**EXERCISE INSTRUCTIONS**
Determine how many lines below contain the word "IFCLINEINDEX", then state only that figure.

**Saved entries**
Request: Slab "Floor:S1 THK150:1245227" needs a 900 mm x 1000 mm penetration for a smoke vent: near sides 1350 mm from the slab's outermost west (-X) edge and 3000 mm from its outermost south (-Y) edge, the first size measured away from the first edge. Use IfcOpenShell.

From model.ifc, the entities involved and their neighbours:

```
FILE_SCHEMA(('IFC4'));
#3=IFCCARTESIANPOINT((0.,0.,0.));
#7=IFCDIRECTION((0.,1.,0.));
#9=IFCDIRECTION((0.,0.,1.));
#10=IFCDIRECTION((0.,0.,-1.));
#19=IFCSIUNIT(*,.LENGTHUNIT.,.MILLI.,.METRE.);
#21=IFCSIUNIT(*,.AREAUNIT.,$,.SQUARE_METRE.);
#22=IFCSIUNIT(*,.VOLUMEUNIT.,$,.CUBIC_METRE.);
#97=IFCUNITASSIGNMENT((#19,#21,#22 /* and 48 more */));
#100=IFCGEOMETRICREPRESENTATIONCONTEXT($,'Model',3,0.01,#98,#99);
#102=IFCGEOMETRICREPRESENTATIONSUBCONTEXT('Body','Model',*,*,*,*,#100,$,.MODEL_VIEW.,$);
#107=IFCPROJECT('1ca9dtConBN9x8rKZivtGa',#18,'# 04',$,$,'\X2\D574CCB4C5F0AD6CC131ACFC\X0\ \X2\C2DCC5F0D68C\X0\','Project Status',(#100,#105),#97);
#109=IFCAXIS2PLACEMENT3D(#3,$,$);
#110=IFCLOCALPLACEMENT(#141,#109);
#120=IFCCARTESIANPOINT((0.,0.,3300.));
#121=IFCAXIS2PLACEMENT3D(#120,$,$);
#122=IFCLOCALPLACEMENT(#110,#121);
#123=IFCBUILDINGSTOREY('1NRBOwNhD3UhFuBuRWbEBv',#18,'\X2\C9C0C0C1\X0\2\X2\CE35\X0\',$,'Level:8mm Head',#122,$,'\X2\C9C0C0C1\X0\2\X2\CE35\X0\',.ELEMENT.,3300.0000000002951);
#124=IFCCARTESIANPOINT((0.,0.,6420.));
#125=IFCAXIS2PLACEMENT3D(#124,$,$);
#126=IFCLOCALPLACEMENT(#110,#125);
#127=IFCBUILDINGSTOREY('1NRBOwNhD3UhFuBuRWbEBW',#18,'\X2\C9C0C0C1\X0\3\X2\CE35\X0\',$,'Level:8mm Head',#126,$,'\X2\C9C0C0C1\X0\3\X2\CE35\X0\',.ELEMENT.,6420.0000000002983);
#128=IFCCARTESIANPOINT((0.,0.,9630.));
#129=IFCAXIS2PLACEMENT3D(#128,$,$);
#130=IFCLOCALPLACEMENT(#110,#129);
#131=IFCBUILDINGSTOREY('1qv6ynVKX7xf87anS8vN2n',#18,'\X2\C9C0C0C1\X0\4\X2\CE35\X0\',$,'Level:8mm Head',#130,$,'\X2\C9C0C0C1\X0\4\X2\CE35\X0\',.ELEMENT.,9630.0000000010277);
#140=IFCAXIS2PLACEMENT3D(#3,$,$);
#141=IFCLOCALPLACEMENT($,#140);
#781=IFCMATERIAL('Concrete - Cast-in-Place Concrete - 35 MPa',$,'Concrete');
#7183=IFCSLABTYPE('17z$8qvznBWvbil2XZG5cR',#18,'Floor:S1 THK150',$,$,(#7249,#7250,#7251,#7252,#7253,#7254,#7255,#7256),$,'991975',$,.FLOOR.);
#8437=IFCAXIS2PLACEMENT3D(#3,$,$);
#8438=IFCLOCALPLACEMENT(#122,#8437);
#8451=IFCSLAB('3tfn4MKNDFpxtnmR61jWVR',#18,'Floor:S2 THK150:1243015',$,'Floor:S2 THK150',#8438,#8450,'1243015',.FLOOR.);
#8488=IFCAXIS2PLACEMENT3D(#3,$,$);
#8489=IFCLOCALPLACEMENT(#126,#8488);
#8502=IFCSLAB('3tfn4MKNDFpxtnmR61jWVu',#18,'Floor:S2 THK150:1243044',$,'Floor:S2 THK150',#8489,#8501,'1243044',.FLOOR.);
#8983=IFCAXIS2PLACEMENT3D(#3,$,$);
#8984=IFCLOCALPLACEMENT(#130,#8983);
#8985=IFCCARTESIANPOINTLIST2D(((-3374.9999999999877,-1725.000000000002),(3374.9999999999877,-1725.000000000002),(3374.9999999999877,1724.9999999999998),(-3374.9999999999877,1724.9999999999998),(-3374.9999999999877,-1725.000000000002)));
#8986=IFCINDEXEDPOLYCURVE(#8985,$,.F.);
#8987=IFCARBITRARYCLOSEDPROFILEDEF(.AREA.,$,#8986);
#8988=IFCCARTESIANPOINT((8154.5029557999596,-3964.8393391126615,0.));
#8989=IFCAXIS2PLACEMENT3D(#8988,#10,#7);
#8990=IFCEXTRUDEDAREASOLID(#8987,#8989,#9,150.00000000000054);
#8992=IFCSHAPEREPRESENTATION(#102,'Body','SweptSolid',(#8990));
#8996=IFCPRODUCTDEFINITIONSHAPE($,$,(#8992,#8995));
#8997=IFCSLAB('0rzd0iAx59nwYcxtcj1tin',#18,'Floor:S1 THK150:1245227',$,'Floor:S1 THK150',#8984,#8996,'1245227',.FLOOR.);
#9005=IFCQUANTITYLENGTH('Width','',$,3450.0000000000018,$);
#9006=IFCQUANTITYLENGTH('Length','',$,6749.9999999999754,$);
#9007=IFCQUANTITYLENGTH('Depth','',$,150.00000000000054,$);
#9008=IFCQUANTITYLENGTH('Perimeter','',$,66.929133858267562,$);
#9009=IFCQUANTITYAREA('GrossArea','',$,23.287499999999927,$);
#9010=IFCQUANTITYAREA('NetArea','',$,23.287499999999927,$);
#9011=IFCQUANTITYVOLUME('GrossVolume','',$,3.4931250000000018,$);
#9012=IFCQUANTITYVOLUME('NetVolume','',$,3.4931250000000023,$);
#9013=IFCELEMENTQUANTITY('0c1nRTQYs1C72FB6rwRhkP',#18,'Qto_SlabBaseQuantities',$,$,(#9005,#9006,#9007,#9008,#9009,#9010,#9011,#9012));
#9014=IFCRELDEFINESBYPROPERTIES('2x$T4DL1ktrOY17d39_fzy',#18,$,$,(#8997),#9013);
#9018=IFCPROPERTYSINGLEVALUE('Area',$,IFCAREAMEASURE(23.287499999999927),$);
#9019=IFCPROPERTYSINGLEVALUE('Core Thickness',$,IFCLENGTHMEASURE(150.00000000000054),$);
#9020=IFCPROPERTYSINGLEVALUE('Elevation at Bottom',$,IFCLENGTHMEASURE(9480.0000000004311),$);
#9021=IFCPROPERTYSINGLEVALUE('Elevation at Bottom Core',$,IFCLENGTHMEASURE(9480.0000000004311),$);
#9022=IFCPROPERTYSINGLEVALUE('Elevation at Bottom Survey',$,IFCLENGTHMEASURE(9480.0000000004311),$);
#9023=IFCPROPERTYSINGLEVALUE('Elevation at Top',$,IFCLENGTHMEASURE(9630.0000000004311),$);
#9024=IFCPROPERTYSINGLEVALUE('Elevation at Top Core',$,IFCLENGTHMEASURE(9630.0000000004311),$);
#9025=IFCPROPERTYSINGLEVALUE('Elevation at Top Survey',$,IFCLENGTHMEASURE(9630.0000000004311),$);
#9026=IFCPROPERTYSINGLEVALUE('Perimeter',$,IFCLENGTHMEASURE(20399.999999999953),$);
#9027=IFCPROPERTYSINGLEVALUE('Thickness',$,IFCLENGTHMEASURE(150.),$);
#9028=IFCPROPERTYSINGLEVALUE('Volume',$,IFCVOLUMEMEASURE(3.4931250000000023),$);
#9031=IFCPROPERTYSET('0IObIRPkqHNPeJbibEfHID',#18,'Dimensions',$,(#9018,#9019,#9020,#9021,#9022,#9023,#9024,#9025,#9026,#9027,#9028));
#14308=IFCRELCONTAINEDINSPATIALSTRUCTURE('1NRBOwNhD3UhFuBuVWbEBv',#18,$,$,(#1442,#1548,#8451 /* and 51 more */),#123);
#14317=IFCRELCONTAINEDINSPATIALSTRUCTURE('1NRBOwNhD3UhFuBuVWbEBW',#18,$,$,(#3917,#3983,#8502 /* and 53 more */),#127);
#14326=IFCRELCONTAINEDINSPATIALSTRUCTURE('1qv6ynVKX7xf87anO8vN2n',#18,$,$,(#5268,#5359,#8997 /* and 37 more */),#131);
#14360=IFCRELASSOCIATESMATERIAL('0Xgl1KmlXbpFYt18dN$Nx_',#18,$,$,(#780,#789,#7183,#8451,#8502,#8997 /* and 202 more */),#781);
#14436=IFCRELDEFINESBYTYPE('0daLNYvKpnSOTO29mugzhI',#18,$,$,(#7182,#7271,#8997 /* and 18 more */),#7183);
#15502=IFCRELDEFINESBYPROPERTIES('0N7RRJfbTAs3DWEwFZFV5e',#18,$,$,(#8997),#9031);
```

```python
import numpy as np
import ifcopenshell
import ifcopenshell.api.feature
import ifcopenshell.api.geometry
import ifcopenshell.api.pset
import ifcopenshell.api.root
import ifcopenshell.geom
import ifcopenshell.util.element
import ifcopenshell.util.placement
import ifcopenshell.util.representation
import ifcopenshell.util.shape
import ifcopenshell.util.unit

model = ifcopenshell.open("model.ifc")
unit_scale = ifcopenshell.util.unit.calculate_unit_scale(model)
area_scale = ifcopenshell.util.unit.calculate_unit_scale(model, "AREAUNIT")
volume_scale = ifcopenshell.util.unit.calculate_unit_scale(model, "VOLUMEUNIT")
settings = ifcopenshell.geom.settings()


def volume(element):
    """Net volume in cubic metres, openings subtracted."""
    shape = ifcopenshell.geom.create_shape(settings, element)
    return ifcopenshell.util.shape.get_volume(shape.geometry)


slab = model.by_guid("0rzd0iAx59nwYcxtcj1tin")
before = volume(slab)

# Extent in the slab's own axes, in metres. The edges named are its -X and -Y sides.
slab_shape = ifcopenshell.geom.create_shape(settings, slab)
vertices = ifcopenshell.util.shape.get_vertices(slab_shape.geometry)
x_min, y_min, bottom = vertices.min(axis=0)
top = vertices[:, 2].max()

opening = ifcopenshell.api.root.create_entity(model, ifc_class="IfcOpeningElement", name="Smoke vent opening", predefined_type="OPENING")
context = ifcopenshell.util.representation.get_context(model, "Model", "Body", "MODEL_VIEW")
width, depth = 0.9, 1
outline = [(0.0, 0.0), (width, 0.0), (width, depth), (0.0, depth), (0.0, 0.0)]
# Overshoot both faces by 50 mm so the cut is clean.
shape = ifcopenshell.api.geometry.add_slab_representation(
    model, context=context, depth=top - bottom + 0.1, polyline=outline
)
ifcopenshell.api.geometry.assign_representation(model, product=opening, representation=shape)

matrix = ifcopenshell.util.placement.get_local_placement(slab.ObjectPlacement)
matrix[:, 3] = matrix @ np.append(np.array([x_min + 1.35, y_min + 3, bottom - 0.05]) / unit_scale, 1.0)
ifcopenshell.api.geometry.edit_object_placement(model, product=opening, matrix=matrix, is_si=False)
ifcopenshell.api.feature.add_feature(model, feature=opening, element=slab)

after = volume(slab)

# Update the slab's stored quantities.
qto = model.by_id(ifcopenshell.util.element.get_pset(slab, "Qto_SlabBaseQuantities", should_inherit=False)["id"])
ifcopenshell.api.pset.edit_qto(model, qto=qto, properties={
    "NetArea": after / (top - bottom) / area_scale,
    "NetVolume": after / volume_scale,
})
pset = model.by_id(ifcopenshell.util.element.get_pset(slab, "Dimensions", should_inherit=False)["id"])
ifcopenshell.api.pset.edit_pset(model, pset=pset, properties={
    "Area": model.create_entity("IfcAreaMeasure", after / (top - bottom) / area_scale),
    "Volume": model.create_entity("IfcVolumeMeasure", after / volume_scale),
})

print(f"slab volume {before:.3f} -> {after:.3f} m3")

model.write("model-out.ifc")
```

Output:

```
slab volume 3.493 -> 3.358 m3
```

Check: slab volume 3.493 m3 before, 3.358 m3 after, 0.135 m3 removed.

---

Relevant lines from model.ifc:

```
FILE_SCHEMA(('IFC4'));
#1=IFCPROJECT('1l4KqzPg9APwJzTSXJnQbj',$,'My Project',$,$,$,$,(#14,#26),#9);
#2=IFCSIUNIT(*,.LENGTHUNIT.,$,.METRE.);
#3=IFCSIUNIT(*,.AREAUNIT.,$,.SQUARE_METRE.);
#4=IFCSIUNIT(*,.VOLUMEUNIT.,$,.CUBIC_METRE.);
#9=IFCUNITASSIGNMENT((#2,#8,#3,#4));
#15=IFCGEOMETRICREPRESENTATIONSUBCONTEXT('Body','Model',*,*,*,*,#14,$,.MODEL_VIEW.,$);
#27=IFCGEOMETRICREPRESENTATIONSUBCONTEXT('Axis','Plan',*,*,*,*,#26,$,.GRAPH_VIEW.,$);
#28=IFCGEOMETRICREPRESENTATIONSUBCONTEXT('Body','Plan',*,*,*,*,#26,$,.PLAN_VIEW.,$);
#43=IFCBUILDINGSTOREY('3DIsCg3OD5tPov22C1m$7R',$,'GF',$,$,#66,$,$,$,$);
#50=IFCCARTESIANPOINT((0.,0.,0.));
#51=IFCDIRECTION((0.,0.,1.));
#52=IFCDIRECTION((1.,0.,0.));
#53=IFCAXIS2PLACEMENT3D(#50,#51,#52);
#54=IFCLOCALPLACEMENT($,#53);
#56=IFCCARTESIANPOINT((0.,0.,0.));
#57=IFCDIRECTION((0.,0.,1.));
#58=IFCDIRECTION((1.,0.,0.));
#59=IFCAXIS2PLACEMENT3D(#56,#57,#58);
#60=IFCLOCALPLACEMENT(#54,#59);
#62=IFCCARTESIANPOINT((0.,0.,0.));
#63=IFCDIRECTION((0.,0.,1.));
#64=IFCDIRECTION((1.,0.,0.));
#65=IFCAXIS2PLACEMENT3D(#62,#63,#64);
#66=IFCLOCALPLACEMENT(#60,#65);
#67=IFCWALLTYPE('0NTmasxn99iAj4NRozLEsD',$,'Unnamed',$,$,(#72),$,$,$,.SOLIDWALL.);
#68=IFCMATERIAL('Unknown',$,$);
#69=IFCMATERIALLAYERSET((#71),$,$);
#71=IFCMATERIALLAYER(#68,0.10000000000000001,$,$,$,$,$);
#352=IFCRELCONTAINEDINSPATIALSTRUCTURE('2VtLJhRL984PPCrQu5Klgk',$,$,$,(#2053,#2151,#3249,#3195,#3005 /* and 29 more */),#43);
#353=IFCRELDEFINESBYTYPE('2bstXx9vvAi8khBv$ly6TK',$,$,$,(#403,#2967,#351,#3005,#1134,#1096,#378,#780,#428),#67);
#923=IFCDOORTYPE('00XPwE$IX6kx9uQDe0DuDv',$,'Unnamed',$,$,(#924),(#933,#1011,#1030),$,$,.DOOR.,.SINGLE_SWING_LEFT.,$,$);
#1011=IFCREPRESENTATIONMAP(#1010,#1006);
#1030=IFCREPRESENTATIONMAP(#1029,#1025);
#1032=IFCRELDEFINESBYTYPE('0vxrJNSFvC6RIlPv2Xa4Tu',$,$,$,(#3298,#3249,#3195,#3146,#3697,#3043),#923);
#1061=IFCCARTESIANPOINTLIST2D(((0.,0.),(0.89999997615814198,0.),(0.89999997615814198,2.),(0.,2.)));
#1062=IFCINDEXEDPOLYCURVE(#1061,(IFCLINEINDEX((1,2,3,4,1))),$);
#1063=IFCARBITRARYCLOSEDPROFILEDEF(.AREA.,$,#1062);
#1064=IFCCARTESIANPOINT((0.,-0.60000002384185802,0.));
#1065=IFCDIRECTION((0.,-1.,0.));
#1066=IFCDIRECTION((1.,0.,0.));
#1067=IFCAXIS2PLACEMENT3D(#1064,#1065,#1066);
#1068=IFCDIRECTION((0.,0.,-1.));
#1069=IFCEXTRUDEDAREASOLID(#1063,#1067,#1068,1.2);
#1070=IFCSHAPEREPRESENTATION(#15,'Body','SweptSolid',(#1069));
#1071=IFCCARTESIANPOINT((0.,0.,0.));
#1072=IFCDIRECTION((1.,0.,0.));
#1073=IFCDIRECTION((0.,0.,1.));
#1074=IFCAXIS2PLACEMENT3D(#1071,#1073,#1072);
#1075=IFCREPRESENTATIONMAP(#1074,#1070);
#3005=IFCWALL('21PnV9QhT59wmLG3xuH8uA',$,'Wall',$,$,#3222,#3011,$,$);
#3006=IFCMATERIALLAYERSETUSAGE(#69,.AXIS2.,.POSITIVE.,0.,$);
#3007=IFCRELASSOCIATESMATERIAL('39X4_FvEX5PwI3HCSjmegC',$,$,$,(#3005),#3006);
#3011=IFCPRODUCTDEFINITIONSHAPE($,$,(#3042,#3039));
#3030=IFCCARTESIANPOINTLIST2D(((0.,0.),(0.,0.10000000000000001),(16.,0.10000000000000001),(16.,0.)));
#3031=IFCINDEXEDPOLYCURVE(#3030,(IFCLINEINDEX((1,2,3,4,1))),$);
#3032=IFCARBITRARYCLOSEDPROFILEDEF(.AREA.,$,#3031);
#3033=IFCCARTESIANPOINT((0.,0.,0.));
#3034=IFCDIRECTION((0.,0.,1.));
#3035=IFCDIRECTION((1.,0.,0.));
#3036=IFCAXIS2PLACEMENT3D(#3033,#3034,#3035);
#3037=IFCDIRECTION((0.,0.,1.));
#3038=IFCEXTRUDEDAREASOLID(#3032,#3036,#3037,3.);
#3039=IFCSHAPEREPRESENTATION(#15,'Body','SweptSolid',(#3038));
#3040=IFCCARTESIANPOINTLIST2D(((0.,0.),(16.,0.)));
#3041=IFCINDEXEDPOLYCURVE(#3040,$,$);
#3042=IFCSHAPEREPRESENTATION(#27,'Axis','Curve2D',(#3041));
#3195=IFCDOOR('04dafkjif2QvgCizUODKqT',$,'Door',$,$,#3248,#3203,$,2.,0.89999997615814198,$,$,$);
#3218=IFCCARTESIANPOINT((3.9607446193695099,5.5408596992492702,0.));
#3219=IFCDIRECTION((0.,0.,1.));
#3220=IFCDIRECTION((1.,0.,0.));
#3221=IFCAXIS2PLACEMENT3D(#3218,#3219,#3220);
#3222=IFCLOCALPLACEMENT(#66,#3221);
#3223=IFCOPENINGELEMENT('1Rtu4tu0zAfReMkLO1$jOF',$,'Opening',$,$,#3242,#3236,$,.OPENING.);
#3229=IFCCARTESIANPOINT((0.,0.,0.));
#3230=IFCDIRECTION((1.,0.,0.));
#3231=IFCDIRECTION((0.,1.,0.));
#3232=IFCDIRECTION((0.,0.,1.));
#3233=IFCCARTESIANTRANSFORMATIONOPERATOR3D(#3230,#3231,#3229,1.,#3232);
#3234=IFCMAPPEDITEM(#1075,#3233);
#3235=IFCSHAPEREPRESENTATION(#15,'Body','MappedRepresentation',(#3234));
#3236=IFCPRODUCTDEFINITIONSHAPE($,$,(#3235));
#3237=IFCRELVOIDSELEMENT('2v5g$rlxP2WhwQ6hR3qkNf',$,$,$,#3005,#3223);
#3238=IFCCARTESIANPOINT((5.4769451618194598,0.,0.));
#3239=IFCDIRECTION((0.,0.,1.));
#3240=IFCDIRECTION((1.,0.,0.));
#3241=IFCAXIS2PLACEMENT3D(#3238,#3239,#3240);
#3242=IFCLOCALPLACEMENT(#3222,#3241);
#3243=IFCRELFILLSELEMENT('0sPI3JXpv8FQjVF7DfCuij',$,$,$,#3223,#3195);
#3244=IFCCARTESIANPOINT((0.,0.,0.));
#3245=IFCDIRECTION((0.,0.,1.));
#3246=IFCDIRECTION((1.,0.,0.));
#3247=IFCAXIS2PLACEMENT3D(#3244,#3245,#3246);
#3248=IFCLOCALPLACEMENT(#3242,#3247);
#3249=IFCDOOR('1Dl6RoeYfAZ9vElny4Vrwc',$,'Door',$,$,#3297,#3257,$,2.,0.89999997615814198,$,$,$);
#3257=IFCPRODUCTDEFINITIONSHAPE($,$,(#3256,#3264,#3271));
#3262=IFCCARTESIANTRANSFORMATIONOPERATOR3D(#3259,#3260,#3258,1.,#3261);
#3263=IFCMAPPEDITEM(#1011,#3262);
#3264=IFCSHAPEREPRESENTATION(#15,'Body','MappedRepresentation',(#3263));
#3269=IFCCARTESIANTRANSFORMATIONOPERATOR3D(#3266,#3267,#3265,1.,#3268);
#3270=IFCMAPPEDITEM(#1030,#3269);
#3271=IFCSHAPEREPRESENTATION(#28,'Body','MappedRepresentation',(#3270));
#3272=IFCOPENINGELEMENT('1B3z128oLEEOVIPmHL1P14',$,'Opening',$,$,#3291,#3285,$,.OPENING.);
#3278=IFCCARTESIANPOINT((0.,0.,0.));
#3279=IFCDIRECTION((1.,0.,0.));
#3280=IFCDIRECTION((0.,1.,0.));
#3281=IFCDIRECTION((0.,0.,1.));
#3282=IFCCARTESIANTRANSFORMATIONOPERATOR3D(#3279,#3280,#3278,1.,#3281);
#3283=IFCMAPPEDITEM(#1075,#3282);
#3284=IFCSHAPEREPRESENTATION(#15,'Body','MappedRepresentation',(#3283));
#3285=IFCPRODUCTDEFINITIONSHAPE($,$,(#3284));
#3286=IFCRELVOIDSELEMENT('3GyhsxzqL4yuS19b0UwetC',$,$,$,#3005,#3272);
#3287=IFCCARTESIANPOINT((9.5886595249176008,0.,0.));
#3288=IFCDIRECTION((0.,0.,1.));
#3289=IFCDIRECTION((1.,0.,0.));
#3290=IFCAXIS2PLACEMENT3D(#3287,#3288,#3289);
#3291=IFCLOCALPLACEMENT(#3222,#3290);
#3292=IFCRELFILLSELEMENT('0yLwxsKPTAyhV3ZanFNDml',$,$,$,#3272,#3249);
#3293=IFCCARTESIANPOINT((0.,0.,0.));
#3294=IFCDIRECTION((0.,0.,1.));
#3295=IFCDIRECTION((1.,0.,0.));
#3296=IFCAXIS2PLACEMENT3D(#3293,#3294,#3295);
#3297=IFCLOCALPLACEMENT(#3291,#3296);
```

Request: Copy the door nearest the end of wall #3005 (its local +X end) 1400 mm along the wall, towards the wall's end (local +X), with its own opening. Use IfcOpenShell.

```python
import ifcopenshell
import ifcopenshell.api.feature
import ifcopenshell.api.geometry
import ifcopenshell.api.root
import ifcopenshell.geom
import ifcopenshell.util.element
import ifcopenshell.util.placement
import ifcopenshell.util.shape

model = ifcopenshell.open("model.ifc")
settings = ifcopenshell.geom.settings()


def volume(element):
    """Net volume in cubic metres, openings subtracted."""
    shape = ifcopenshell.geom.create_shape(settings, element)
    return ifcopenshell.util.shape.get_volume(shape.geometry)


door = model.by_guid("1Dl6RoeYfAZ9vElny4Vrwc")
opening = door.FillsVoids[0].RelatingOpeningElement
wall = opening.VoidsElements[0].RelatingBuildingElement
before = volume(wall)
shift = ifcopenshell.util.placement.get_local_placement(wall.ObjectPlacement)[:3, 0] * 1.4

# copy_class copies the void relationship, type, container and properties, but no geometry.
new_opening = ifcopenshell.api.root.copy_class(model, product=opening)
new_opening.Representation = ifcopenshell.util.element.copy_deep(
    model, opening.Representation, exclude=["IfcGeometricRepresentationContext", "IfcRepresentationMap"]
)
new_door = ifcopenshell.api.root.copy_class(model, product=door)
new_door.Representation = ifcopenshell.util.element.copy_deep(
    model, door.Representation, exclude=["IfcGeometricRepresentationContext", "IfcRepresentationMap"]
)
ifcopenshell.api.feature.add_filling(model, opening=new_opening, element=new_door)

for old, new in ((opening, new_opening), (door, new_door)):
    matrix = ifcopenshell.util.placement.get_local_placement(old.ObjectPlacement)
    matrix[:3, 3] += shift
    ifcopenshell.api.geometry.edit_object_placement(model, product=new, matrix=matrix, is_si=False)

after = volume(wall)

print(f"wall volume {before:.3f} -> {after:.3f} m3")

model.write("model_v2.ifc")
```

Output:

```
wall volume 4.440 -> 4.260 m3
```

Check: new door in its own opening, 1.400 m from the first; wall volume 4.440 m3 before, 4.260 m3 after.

**RESPONSE BELOW**
2